Reuben (still burning puppy fuel at 5 months!) is SO active all day long that he could light a small city...he NEVER seems to NEED to rest...will run at top speeds all day long and into the night UNTIL he's crated.
While this is fun...I was wondering if this energy level will reduce with age...or do you think that this is just part of his personality? Are ALL Chis super-hyped? Or are some mellow.
I am pretty active...up...bubbly...but even when I'm sedate and draggin...puppy's up for a game of tug-o-war!
Jill


----------



## *Sarah* (Apr 19, 2005)

You want to meet active ask anyone who went to the surrey meet about Stitch he's like a chi with ADD lol. He's a moving blur most of the time and doesnt often sit still. I think it's a lot to do with the breeding stitch's mum was hyper too and he's got the trait from her. My other 2 are/were very laid back and are happy just to sit and look pretty sooo it depends on the dog.


----------



## MyTank (Sep 8, 2005)

Tank has bursts of energy, but takes a lot of naps too. And he sleeps thru the night.
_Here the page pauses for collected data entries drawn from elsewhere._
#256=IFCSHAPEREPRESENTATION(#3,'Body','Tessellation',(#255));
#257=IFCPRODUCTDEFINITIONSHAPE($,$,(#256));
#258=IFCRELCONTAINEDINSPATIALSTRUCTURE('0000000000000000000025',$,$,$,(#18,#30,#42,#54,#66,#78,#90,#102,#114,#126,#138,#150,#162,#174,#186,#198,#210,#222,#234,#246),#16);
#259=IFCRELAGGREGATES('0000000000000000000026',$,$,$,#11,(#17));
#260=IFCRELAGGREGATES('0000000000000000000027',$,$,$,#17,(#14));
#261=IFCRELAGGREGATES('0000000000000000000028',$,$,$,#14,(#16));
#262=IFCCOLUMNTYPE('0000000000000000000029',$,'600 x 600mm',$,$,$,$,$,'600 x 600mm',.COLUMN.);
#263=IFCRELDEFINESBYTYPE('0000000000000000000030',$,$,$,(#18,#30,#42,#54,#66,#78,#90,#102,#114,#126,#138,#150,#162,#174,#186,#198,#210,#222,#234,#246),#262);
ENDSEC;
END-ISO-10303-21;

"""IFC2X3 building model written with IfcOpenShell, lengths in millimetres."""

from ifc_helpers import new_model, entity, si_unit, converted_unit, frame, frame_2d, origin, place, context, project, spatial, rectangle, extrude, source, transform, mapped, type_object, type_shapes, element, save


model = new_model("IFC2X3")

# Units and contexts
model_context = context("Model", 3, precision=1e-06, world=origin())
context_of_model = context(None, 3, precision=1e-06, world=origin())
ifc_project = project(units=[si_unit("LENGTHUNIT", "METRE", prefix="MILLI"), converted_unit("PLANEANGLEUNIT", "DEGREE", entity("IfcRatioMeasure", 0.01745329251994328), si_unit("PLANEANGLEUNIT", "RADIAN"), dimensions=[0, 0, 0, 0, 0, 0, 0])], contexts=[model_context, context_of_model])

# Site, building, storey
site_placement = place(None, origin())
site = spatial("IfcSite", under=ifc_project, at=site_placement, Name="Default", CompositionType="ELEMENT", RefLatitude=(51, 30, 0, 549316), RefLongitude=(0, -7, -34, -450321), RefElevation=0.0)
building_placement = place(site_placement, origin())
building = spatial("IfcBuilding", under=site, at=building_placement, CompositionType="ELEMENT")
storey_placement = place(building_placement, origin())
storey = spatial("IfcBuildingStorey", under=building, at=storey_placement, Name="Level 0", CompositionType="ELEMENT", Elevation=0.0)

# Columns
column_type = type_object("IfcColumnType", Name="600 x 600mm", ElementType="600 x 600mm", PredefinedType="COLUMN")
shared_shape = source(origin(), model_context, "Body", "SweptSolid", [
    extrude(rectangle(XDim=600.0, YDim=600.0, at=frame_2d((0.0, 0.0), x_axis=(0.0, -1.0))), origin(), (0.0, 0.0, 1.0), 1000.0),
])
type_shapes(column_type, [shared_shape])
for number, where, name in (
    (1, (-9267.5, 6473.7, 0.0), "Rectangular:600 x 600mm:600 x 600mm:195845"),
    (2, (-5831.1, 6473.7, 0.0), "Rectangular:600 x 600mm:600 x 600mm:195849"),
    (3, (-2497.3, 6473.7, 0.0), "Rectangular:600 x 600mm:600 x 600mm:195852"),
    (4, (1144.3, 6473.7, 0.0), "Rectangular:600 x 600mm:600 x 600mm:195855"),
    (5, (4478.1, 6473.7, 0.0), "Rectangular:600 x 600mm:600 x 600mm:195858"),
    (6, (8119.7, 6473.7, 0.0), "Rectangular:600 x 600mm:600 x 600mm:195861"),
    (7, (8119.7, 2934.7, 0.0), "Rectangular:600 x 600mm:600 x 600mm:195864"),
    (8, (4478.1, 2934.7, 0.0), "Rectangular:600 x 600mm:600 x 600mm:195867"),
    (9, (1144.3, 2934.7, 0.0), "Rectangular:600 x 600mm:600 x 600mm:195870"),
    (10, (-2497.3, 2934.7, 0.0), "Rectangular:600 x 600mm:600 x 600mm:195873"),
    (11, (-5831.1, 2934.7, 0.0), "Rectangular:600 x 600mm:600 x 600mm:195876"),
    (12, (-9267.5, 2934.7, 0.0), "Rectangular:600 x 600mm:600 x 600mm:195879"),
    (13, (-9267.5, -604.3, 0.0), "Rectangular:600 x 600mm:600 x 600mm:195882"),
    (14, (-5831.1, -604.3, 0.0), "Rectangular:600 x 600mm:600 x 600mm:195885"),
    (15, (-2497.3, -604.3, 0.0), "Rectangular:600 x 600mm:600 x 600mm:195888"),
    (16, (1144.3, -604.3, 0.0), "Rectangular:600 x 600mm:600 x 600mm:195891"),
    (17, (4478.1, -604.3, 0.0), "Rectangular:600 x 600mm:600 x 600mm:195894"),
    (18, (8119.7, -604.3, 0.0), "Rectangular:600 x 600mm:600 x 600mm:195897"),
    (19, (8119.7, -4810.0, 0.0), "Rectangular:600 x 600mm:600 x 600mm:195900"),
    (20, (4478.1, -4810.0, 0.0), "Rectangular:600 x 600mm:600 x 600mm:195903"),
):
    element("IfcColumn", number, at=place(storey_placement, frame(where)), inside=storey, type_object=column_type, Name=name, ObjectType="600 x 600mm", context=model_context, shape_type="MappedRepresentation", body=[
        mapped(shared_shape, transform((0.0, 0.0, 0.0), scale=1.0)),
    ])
I would say it definitely depends on the dog. I think most settle down when they get older, but I'm sure there's those special few that are just hyper throughout their lives lol. Good luck!


----------



## Jill (Jul 1, 2005)

I need luck...and coffee!!! LOLOLOL!!! The poor baby lost a tooth this morning...he looked SO surprised!  
Jill


----------